Attempt 1: Relying solely on NATS ack semantics. We assumed that if we acked every message immediately upon receipt (before processing), we could manage retries ourselves in application code. This eliminated NATS redelivery but meant a pod crash during processing would lose the task entirely. We reverted after losing 2 tasks in one week.
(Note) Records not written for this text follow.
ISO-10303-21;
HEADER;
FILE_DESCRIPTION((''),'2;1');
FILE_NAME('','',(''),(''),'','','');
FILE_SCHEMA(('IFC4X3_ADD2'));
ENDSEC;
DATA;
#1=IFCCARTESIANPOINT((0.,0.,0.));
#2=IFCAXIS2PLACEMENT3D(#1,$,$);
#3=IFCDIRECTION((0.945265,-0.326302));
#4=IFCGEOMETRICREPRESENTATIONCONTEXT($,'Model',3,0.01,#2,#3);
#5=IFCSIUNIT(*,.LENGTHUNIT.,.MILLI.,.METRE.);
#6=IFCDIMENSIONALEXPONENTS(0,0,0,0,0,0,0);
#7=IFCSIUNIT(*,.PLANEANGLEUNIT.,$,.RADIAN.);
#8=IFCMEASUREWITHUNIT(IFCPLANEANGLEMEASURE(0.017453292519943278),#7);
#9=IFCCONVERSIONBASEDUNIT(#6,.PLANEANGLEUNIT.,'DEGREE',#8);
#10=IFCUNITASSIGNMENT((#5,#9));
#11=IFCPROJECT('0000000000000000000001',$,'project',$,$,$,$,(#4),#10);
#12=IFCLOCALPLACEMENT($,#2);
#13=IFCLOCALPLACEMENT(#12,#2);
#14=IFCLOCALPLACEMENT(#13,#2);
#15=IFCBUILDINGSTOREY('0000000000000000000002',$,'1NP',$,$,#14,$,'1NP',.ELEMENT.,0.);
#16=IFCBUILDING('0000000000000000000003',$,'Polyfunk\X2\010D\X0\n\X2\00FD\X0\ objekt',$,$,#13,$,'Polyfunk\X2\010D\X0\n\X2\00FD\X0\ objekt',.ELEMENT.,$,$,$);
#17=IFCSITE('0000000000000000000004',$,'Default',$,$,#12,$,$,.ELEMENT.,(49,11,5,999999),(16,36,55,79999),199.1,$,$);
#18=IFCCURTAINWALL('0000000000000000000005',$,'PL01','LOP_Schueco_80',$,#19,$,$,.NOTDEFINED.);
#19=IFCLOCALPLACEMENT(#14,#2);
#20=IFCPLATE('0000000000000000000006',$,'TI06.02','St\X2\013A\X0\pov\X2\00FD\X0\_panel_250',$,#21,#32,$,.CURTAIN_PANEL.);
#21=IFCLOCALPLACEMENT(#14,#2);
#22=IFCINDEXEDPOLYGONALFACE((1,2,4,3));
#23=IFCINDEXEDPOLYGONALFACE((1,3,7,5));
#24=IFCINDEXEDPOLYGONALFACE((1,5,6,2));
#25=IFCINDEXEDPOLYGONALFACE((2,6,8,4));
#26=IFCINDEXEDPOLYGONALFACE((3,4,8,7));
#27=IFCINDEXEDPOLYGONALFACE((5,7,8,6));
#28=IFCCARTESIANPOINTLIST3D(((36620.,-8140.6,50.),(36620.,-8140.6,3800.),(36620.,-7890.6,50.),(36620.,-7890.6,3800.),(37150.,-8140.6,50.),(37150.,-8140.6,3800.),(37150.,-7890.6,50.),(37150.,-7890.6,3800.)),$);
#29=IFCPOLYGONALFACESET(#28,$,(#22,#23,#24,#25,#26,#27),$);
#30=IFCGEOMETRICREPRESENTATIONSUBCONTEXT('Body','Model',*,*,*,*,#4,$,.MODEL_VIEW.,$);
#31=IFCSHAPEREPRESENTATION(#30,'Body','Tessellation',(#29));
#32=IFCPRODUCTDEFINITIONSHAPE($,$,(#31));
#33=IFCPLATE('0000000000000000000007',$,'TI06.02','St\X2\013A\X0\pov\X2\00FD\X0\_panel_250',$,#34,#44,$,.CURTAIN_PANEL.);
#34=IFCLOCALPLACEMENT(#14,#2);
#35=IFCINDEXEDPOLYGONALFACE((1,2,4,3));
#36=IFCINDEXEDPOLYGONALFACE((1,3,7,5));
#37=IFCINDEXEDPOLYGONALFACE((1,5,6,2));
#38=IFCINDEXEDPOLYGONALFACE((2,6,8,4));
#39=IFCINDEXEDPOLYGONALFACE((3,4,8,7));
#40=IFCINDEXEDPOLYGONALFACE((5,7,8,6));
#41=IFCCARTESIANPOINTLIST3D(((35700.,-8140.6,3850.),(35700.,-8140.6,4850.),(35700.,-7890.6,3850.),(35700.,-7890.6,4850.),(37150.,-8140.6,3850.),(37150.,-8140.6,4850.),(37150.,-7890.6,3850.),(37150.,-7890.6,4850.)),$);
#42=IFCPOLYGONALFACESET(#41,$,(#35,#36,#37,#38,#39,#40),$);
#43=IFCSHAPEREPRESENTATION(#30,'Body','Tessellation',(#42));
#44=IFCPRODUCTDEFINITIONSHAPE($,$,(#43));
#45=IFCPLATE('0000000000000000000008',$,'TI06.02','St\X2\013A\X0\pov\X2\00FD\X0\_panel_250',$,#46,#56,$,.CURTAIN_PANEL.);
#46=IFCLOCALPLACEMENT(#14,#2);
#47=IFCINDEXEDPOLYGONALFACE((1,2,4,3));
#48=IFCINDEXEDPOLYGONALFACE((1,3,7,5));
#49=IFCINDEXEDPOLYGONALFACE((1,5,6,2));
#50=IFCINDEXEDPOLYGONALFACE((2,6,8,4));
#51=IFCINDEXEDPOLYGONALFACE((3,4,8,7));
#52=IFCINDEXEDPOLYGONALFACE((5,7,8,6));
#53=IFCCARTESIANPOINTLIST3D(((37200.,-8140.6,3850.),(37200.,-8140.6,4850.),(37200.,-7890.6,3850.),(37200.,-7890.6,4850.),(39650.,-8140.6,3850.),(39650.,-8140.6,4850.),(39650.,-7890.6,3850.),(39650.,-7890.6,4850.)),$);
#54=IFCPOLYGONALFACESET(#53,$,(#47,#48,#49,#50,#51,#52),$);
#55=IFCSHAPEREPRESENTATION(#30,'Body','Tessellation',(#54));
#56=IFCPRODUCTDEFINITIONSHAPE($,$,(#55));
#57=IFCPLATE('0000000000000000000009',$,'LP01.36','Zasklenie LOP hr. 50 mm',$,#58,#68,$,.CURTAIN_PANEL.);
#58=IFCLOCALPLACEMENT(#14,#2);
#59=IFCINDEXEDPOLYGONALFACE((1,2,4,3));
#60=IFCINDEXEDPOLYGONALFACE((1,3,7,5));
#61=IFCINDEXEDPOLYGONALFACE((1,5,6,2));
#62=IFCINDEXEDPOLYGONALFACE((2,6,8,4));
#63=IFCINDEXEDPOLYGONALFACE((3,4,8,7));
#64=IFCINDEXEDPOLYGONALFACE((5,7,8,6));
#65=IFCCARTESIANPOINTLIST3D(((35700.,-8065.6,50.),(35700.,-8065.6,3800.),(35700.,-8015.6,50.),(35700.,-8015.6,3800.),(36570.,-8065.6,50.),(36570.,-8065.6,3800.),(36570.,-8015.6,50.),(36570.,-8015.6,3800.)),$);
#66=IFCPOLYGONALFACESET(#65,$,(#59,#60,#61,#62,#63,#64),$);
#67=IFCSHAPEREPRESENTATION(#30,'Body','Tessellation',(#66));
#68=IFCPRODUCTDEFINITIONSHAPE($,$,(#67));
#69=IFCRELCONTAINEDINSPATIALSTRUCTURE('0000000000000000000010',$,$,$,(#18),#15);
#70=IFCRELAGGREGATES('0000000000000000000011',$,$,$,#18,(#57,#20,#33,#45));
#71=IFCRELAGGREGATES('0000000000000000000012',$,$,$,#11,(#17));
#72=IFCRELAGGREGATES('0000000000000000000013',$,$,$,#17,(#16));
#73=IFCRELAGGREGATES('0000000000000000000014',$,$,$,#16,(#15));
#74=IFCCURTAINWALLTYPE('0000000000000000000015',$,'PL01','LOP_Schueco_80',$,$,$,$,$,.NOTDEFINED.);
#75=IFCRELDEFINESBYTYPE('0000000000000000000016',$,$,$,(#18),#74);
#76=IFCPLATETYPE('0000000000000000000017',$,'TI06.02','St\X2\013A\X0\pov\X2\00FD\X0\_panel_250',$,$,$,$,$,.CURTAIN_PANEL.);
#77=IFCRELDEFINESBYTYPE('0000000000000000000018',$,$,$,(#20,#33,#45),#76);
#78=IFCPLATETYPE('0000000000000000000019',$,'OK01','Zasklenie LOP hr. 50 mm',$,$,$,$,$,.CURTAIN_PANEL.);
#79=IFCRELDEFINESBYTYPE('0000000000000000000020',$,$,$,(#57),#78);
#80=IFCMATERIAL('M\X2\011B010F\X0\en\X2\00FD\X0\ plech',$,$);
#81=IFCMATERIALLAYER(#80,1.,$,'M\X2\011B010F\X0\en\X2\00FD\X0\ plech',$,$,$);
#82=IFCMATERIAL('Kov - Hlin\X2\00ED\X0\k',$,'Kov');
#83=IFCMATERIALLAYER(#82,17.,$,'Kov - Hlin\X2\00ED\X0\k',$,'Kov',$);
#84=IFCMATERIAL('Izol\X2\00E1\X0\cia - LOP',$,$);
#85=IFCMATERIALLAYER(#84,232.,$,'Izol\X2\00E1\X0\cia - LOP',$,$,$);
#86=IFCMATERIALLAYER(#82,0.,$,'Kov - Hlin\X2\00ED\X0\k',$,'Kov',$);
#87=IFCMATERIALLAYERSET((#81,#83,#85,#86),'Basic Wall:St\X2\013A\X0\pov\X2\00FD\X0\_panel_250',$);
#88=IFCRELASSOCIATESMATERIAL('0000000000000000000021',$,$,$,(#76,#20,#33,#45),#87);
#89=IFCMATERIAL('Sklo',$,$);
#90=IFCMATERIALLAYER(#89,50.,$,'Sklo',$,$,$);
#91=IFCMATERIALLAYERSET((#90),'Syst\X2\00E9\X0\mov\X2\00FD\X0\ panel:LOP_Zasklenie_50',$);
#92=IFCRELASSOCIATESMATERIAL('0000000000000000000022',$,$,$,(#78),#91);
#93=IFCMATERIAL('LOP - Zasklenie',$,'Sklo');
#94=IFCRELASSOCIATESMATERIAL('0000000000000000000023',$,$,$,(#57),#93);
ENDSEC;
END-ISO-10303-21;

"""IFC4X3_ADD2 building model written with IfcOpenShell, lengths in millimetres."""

from ifc_helpers import new_model, entity, si_unit, converted_unit, direction, frame, frame_2d, origin, place, context, subcontext, project, spatial, rectangle, extrude, source, transform, mapped, material, layer, layer_set, layer_usage, type_object, type_shapes, element, aggregate, save


model = new_model("IFC4X3_ADD2")

# Units and contexts
model_context = context("Model", 3, precision=0.01, world=origin(), true_north=direction((0.945265, -0.326302)))
body_context = subcontext(model_context, "Body", "Model", "MODEL_VIEW")
ifc_project = project(units=[si_unit("LENGTHUNIT", "METRE", prefix="MILLI"), converted_unit("PLANEANGLEUNIT", "DEGREE", entity("IfcPlaneAngleMeasure", 0.017453292519943278), si_unit("PLANEANGLEUNIT", "RADIAN"), dimensions=[0, 0, 0, 0, 0, 0, 0])], contexts=[model_context])

# Site, building, storey
site_placement = place(None, origin())
site = spatial("IfcSite", under=ifc_project, at=site_placement, Name="Default", CompositionType="ELEMENT", RefLatitude=(49, 11, 5, 999999), RefLongitude=(16, 36, 55, 79999), RefElevation=199.1)
building_placement = place(site_placement, origin())
building = spatial("IfcBuilding", under=site, at=building_placement, Name="Polyfunkčný objekt", LongName="Polyfunkčný objekt", CompositionType="ELEMENT")
storey_placement = place(building_placement, origin())
storey = spatial("IfcBuildingStorey", under=building, at=storey_placement, Name="1NP", LongName="1NP", CompositionType="ELEMENT", Elevation=0.0)

# Curtain wall, plates
curtain_wall_type = type_object("IfcCurtainWallType", Name="PL01", Description="LOP_Schueco_80", PredefinedType="NOTDEFINED")
curtain_wall_placement = place(storey_placement, origin())
curtain_wall = element("IfcCurtainWall", 1, at=curtain_wall_placement, inside=storey, type_object=curtain_wall_type, Name="PL01", Description="LOP_Schueco_80", PredefinedType="NOTDEFINED")
ifc_material_1 = material(Name="Měďený plech")
ifc_layer_1 = layer(ifc_material_1, 1.0, Name="Měďený plech")
ifc_material_2 = material(Name="Kov - Hliník", Category="Kov")
ifc_layer_2 = layer(ifc_material_2, 17.0, Name="Kov - Hliník", Category="Kov")
ifc_material_3 = material(Name="Izolácia - LOP")
ifc_layer_3 = layer(ifc_material_3, 232.0, Name="Izolácia - LOP")
ifc_layer_4 = layer(ifc_material_2, 0.0, Name="Kov - Hliník", Category="Kov")
ifc_layer_set_1 = layer_set([ifc_layer_1, ifc_layer_2, ifc_layer_3, ifc_layer_4], Name="Basic Wall:Stĺpový_panel_250")
ifc_layer_usage_1 = layer_usage(ifc_layer_set_1, "AXIS2", "POSITIVE", -125.0)
plate_type_1 = type_object("IfcPlateType", Name="TI06.02", Description="Stĺpový_panel_250", PredefinedType="CURTAIN_PANEL", material=ifc_layer_set_1)
plate_1_placement = place(storey_placement, frame((36620.0, -8015.6, 50.0)))
plate_1 = element("IfcPlate", 2, at=plate_1_placement, type_object=plate_type_1, material=ifc_layer_usage_1, Name="TI06.02", Description="Stĺpový_panel_250", PredefinedType="CURTAIN_PANEL", context=body_context, shape_type="SweptSolid", body=[
    extrude(rectangle(XDim=250.0, YDim=530.0, at=frame_2d((0.0, 0.0), x_axis=(1.0, 0.0))), frame((265.0, 0.0, 0.0), z_axis=(0.0, 0.0, 1.0), x_axis=(0.0, 1.0, 0.0)), (0.0, 0.0, 1.0), 3750.0),
])
ifc_layer_usage_2 = layer_usage(ifc_layer_set_1, "AXIS2", "POSITIVE", -125.0)
plate_2_placement = place(storey_placement, frame((35700.0, -8015.6, 3850.0)))
plate_2 = element("IfcPlate", 3, at=plate_2_placement, type_object=plate_type_1, material=ifc_layer_usage_2, Name="TI06.02", Description="Stĺpový_panel_250", PredefinedType="CURTAIN_PANEL", context=body_context, shape_type="SweptSolid", body=[
    extrude(rectangle(XDim=250.0, YDim=1450.0, at=frame_2d((0.0, 0.0), x_axis=(1.0, 0.0))), frame((725.0, 0.0, 0.0), z_axis=(0.0, 0.0, 1.0), x_axis=(0.0, 1.0, 0.0)), (0.0, 0.0, 1.0), 1000.0),
])
ifc_layer_usage_3 = layer_usage(ifc_layer_set_1, "AXIS2", "POSITIVE", -125.0)
plate_3_placement = place(storey_placement, frame((37200.0, -8015.6, 3850.0)))
plate_3 = element("IfcPlate", 4, at=plate_3_placement, type_object=plate_type_1, material=ifc_layer_usage_3, Name="TI06.02", Description="Stĺpový_panel_250", PredefinedType="CURTAIN_PANEL", context=body_context, shape_type="SweptSolid", body=[
    extrude(rectangle(XDim=250.0, YDim=2450.0, at=frame_2d((0.0, 0.0), x_axis=(1.0, 0.0))), frame((1225.0, 0.0, 0.0), z_axis=(0.0, 0.0, 1.0), x_axis=(0.0, 1.0, 0.0)), (0.0, 0.0, 1.0), 1000.0),
])
ifc_material_4 = material(Name="LOP - Zasklenie", Category="Sklo")
ifc_material_5 = material(Name="Sklo")
ifc_layer_5 = layer(ifc_material_5, 50.0, Name="Sklo")
ifc_layer_set_2 = layer_set([ifc_layer_5], Name="Systémový panel:LOP_Zasklenie_50")
plate_type_2 = type_object("IfcPlateType", Name="OK01", Description="Zasklenie LOP hr. 50 mm", PredefinedType="CURTAIN_PANEL", material=ifc_layer_set_2)
shared_shape_1 = source(origin(), body_context, "Body", "SweptSolid", [
    extrude(rectangle(XDim=3750.0, YDim=870.0, at=frame_2d((-331.2, 0.0), x_axis=(1.0, 0.0))), frame((0.0, -50.0, 2206.2), z_axis=(0.0, 1.0, 0.0), x_axis=(0.0, 0.0, 1.0)), (0.0, 0.0, 1.0), 50.0),
])
type_shapes(plate_type_2, [shared_shape_1])
plate_4_placement = place(curtain_wall_placement, frame((36135.0, -8015.6, 50.0)))
plate_4 = element("IfcPlate", 5, at=plate_4_placement, type_object=plate_type_2, material=ifc_material_4, Name="LP01.36", Description="Zasklenie LOP hr. 50 mm", PredefinedType="CURTAIN_PANEL", context=body_context, shape_type="MappedRepresentation", body=[
    mapped(shared_shape_1, transform((0.0, 0.0, 0.0), scale=1.0)),
])
aggregate(curtain_wall, [plate_4, plate_1, plate_2, plate_3])

save(model, "model.ifc")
Attempt 2: Using Firestore transactions for atomic ack + record. We tried wrapping the Firestore idempotency write and NATS ack in a pseudo-transaction. But NATS ack is not transactional with Firestore -- they are separate systems. If the Firestore write succeeded but the NATS ack failed, the message would redeliver, the idempotency check would catch it (correct behavior), but the consumer tracking in JetStream would show the message as unacked (incorrect state). We simplified to the current sequential approach: Firestore write first, then ack. The worst case is an extra Firestore read on redelivery, which costs fractions of a cent.
What We Learned
Four takeaways from implementing exactly-once delivery for AI agents:
-
Exactly-once is three layers, not one. Stream-level dedup catches publisher duplicates. Consumer-level idempotency catches redelivery duplicates. Explicit ack policy prevents premature acknowledgment. No single layer is sufficient.
-
AI agents make duplicates expensive. A stateless function processing the same message twice is usually harmless -- it produces the same output. An AI agent processing the same task twice produces different output, both plausible, and someone has to figure out which one to keep. Prevention is far cheaper than cleanup.
-
The Firestore-then-ack ordering is non-negotiable. Recording completion before acknowledging the message is the only ordering that is safe against pod crashes at every point in the sequence. This is the same write-ahead pattern we use for all durable state.
-
max_ack_pending: 1eliminates a whole class of race conditions. Serial processing per agent means the idempotency check never races against a parallel execution. We sacrificed some throughput (agents process one task at a time), but our agents are single-threaded Claude Code sessions anyway -- parallelism would not help.
The result: 11,200+ tasks processed, zero duplicates, $4.20/month overhead. For a system where a single duplicate costs $0.30-$3.50 in tokens and 14+ minutes in cleanup, the math strongly favors the investment.